EXERCISE AIM: Take the entries that follow and return exactly the lines from the one holding "#223=IFCINDEXEDPOLYGONALFACE((37,39,42,41));" through the one holding "#224=IFCINDEXEDPOLYGONALFACE((38,41,42,40));", both included. Nothing else is needed.

Stored data entries:
= Beginning of Section =

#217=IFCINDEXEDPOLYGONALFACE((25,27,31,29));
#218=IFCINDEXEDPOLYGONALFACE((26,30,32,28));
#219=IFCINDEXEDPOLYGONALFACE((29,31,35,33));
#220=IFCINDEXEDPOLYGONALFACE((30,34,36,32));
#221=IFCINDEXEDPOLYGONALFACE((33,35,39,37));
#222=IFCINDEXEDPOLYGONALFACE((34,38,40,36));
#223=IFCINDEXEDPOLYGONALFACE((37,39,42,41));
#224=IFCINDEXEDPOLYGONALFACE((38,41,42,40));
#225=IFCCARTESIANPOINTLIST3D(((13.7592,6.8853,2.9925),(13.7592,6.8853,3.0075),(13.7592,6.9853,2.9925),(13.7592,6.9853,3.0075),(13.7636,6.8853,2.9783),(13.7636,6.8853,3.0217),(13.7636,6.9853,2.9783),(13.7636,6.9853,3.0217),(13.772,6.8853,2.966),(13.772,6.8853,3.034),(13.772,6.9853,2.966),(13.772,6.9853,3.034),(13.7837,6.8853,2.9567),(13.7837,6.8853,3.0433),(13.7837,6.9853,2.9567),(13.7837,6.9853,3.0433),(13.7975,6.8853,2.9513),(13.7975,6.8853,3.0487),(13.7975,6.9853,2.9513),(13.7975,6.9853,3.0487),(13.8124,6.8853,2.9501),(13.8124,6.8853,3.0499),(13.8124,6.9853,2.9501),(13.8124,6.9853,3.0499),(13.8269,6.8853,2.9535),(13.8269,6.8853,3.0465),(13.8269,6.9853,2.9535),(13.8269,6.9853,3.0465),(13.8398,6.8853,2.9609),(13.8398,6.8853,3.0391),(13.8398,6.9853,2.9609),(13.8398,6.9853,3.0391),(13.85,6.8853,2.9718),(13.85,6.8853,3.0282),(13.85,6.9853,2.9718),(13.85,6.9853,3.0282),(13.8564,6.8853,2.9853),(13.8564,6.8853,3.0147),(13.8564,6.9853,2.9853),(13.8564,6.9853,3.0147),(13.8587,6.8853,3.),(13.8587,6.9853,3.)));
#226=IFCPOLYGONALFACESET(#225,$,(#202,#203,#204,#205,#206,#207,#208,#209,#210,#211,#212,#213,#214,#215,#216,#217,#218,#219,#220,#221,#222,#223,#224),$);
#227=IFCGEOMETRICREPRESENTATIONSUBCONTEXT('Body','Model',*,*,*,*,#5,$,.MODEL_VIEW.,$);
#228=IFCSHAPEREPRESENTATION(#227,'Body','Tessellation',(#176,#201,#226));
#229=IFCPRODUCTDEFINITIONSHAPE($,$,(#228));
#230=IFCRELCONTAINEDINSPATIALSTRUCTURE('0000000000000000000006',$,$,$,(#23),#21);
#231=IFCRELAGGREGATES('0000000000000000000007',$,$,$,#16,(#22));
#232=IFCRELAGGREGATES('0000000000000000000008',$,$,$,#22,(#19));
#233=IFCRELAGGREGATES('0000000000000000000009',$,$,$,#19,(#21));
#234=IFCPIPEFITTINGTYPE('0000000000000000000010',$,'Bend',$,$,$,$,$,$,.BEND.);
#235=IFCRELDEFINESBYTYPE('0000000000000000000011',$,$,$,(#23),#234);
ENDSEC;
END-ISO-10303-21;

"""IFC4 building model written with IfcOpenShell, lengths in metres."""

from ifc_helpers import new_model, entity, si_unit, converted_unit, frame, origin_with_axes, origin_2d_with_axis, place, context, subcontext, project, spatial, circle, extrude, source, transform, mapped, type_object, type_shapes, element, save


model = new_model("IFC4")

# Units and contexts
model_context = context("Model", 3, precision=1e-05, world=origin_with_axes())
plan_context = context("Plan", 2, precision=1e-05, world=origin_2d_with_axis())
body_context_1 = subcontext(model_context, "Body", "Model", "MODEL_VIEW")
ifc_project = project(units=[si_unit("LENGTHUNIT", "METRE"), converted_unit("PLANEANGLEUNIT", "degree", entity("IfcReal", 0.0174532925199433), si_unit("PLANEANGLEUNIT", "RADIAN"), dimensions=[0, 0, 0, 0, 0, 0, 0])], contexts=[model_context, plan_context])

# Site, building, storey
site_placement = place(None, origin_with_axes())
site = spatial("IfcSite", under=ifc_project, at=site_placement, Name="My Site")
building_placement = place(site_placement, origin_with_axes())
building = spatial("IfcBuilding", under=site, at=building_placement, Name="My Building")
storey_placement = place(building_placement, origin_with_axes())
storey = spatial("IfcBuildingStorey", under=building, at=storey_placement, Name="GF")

= End of Section =
= Beginning of Section =

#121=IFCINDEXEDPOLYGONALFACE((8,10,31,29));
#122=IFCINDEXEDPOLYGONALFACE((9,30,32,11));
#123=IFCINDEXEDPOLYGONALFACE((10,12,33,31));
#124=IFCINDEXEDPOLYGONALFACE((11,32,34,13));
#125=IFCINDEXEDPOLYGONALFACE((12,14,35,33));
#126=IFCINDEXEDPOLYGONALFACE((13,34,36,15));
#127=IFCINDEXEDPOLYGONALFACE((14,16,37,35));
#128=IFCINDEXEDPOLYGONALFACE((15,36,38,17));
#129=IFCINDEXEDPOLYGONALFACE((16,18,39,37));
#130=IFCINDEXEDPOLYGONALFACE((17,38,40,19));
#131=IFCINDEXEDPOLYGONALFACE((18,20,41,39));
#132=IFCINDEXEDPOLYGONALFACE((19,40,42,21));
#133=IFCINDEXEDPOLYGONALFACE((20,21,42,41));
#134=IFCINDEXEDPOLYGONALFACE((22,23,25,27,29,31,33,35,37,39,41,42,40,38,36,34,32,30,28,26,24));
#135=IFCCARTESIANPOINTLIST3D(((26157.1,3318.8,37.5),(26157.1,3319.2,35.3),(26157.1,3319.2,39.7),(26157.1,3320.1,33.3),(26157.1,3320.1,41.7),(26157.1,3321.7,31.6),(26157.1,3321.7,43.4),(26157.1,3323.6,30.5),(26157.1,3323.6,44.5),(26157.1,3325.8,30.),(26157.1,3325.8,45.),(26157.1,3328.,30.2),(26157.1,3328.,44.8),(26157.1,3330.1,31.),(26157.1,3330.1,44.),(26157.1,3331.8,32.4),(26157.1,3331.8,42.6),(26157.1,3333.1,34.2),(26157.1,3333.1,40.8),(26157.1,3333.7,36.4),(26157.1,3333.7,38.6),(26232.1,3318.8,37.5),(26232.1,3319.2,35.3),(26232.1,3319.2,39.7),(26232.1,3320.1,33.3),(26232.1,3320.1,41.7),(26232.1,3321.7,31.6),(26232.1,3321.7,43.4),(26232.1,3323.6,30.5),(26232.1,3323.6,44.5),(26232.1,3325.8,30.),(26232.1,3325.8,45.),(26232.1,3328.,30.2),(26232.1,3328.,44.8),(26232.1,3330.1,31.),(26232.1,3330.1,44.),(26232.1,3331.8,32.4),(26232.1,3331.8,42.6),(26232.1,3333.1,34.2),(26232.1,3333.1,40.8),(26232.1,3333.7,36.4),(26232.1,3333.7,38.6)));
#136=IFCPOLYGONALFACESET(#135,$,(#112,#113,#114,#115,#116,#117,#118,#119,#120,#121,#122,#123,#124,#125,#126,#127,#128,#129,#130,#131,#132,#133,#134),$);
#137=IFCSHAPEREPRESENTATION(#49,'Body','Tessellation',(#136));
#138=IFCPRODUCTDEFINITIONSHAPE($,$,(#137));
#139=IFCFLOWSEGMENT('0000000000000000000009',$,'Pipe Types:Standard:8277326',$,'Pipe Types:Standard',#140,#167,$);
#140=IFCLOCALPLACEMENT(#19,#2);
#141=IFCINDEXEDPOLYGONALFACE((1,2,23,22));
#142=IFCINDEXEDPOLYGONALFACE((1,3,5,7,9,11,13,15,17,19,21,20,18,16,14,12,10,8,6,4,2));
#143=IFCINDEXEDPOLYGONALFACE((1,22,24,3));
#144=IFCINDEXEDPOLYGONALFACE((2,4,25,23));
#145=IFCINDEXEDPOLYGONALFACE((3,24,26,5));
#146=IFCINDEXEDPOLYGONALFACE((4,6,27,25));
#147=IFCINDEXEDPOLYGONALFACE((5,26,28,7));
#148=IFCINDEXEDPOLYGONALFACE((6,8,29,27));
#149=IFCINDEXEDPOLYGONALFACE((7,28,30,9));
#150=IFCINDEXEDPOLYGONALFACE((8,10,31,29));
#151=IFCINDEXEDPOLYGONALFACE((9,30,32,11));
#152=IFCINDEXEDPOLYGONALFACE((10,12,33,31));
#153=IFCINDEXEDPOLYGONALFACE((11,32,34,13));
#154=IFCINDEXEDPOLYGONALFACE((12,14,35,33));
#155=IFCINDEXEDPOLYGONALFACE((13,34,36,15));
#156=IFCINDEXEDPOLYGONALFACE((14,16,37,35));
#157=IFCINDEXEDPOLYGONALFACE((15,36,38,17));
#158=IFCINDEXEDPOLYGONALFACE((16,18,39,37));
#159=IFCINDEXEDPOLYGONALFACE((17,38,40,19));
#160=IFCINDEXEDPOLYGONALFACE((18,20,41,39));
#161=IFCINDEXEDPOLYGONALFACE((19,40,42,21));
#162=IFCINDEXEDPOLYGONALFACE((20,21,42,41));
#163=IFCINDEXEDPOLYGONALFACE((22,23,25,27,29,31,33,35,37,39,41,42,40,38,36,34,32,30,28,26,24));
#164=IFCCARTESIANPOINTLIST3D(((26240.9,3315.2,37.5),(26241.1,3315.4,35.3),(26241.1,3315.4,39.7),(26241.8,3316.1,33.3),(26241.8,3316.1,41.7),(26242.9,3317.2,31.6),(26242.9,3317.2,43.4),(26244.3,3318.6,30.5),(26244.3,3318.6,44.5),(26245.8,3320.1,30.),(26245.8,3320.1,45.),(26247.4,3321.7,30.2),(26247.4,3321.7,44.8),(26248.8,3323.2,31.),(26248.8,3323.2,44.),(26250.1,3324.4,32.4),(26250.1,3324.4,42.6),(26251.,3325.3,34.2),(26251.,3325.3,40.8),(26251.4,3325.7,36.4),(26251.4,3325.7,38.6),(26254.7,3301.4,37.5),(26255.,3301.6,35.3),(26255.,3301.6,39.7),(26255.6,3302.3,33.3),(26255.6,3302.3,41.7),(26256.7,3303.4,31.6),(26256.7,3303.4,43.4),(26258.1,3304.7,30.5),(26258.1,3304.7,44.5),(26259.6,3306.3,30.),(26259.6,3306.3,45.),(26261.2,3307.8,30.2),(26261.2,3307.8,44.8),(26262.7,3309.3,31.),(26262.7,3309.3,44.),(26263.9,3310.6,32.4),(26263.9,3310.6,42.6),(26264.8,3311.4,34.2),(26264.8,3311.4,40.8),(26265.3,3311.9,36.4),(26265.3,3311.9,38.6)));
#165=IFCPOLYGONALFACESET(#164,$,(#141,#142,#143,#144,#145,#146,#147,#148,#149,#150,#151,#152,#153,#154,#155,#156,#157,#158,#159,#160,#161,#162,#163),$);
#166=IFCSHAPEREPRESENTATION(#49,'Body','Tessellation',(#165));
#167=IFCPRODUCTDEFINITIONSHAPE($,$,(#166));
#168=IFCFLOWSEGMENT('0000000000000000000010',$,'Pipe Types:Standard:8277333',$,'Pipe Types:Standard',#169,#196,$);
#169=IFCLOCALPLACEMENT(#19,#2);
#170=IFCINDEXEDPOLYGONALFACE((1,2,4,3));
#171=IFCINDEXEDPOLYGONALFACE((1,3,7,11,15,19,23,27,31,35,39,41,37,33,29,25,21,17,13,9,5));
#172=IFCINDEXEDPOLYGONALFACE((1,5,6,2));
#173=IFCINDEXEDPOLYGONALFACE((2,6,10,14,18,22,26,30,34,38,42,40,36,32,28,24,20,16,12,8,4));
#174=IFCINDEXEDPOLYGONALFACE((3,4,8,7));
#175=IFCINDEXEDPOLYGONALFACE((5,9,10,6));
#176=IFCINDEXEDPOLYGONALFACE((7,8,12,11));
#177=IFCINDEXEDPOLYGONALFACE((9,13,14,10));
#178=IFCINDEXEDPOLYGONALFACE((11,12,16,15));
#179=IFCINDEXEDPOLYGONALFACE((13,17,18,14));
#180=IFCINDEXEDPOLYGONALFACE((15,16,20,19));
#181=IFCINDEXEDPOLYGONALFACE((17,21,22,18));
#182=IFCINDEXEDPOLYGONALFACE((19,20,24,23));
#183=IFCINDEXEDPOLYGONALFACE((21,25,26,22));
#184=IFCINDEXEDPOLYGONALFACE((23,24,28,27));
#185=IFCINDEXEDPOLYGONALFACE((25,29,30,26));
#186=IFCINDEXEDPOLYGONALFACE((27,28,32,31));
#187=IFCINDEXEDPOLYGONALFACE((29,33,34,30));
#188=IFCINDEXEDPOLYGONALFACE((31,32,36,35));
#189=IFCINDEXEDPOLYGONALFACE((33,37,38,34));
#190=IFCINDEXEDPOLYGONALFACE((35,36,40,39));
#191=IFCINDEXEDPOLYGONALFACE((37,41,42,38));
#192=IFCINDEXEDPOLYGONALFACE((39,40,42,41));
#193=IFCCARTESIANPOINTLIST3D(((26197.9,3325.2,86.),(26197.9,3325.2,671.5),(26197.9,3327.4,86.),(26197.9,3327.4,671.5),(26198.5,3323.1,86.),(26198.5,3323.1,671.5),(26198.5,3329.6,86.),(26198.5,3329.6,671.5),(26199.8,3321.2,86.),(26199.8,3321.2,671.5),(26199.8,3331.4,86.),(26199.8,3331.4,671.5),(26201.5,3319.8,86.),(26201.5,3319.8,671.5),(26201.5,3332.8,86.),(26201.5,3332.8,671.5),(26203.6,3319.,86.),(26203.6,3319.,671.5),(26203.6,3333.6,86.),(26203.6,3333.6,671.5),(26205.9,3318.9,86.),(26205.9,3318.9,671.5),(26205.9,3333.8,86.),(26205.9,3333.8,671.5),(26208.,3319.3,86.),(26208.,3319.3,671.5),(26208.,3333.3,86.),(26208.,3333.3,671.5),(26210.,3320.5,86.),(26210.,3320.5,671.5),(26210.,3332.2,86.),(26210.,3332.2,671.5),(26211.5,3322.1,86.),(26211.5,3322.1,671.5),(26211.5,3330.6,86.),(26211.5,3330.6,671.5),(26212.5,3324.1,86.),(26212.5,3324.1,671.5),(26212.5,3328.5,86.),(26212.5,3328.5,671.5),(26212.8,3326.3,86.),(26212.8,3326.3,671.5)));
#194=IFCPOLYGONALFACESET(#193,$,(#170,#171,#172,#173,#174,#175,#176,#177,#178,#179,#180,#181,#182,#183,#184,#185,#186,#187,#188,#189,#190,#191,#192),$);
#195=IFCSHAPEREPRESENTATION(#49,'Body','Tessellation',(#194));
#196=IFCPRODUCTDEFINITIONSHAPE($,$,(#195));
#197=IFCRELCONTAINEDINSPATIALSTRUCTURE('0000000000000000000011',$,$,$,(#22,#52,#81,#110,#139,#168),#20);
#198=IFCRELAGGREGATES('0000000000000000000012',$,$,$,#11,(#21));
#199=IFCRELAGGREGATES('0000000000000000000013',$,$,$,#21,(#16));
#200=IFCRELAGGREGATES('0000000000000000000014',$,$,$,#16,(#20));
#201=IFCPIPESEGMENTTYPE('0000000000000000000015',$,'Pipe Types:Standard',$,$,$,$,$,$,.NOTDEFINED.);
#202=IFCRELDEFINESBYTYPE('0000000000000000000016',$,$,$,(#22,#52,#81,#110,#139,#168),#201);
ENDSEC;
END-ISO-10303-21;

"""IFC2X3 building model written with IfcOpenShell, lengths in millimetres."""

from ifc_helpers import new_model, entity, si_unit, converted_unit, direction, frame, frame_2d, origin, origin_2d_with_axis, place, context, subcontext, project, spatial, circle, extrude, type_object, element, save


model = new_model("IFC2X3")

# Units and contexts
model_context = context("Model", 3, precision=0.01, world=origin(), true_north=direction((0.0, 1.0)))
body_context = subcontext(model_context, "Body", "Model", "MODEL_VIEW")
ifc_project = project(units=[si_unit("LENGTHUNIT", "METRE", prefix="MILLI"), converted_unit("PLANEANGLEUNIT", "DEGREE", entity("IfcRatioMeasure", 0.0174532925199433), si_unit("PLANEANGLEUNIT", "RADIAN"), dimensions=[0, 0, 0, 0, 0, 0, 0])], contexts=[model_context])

= End of Section =

SOLUTION TO THIS TASK:
#223=IFCINDEXEDPOLYGONALFACE((37,39,42,41));
#224=IFCINDEXEDPOLYGONALFACE((38,41,42,40));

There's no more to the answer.